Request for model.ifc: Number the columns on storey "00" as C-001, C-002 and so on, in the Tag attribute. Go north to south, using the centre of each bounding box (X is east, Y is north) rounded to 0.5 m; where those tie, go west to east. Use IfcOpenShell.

First a look at what the model holds.

```python
import ifcopenshell
import ifcopenshell.util.element
import ifcopenshell.util.placement

model = ifcopenshell.open("model.ifc")
print(model.schema)
storey = next(s for s in model.by_type("IfcBuildingStorey") if s.Name == "00")
columns = [e for e in ifcopenshell.util.element.get_decomposition(storey) if e.is_a("IfcColumn")]
for e in sorted(columns, key=lambda e: e.id()):
    origin = ifcopenshell.util.placement.get_local_placement(e.ObjectPlacement)[:3, 3]
    print(e.id(), e.Tag, e.Name, origin.round(2) + 0.0, sep=" | ")
```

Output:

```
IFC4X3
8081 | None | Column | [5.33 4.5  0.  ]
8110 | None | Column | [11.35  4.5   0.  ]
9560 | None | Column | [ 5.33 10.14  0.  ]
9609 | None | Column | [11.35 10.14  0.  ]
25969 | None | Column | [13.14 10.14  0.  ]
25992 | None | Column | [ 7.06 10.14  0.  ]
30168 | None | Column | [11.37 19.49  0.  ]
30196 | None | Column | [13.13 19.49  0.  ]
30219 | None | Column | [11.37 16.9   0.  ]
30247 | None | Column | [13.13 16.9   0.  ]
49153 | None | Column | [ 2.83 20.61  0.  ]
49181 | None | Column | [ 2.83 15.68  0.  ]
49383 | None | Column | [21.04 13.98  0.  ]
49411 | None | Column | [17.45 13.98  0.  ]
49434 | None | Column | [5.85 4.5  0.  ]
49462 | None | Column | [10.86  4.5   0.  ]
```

```python
import ifcopenshell
import ifcopenshell.geom
import ifcopenshell.util.element
import ifcopenshell.util.shape

model = ifcopenshell.open("model.ifc")
settings = ifcopenshell.geom.settings()
settings.set("use-world-coords", True)


def centre(element):
    shape = ifcopenshell.geom.create_shape(settings, element)
    return ifcopenshell.util.shape.get_bbox_centroid(shape.geometry)


storey = next(s for s in model.by_type("IfcBuildingStorey") if s.Name == "00")
columns = [e for e in ifcopenshell.util.element.get_decomposition(storey) if e.is_a("IfcColumn")]

# Insertion points can sit at a corner or the storey origin, so sort by the geometry (in metres).
centres = {e: centre(e) for e in columns}
columns.sort(key=lambda e: (-round(centres[e][1] / 0.5), centres[e][0]))

for i, e in enumerate(columns, start=1):
    number = f"C-0{i:02d}"
    e.Tag = number
    print(e.id(), number)

model.write("model_edited.ifc")
```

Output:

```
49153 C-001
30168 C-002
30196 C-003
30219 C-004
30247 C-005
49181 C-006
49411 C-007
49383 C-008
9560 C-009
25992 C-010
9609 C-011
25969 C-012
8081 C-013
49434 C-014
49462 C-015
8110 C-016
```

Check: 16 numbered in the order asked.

Exercise requirements: Repeat this material verbatim.

Written answer:
Request for model.ifc: Number the columns on storey "00" as C-001, C-002 and so on, in the Tag attribute. Go north to south, using the centre of each bounding box (X is east, Y is north) rounded to 0.5 m; where those tie, go west to east. Use IfcOpenShell.

First a look at what the model holds.

```python
import ifcopenshell
import ifcopenshell.util.element
import ifcopenshell.util.placement

model = ifcopenshell.open("model.ifc")
print(model.schema)
storey = next(s for s in model.by_type("IfcBuildingStorey") if s.Name == "00")
columns = [e for e in ifcopenshell.util.element.get_decomposition(storey) if e.is_a("IfcColumn")]
for e in sorted(columns, key=lambda e: e.id()):
    origin = ifcopenshell.util.placement.get_local_placement(e.ObjectPlacement)[:3, 3]
    print(e.id(), e.Tag, e.Name, origin.round(2) + 0.0, sep=" | ")
```

Output:

```
IFC4X3
8081 | None | Column | [5.33 4.5  0.  ]
8110 | None | Column | [11.35  4.5   0.  ]
9560 | None | Column | [ 5.33 10.14  0.  ]
9609 | None | Column | [11.35 10.14  0.  ]
25969 | None | Column | [13.14 10.14  0.  ]
25992 | None | Column | [ 7.06 10.14  0.  ]
30168 | None | Column | [11.37 19.49  0.  ]
30196 | None | Column | [13.13 19.49  0.  ]
30219 | None | Column | [11.37 16.9   0.  ]
30247 | None | Column | [13.13 16.9   0.  ]
49153 | None | Column | [ 2.83 20.61  0.  ]
49181 | None | Column | [ 2.83 15.68  0.  ]
49383 | None | Column | [21.04 13.98  0.  ]
49411 | None | Column | [17.45 13.98  0.  ]
49434 | None | Column | [5.85 4.5  0.  ]
49462 | None | Column | [10.86  4.5   0.  ]
```

```python
import ifcopenshell
import ifcopenshell.geom
import ifcopenshell.util.element
import ifcopenshell.util.shape

model = ifcopenshell.open("model.ifc")
settings = ifcopenshell.geom.settings()
settings.set("use-world-coords", True)


def centre(element):
    shape = ifcopenshell.geom.create_shape(settings, element)
    return ifcopenshell.util.shape.get_bbox_centroid(shape.geometry)


storey = next(s for s in model.by_type("IfcBuildingStorey") if s.Name == "00")
columns = [e for e in ifcopenshell.util.element.get_decomposition(storey) if e.is_a("IfcColumn")]

# Insertion points can sit at a corner or the storey origin, so sort by the geometry (in metres).
centres = {e: centre(e) for e in columns}
columns.sort(key=lambda e: (-round(centres[e][1] / 0.5), centres[e][0]))

for i, e in enumerate(columns, start=1):
    number = f"C-0{i:02d}"
    e.Tag = number
    print(e.id(), number)

model.write("model_edited.ifc")
```

Output:

```
49153 C-001
30168 C-002
30196 C-003
30219 C-004
30247 C-005
49181 C-006
49411 C-007
49383 C-008
9560 C-009
25992 C-010
9609 C-011
25969 C-012
8081 C-013
49434 C-014
49462 C-015
8110 C-016
```

Check: 16 numbered in the order asked.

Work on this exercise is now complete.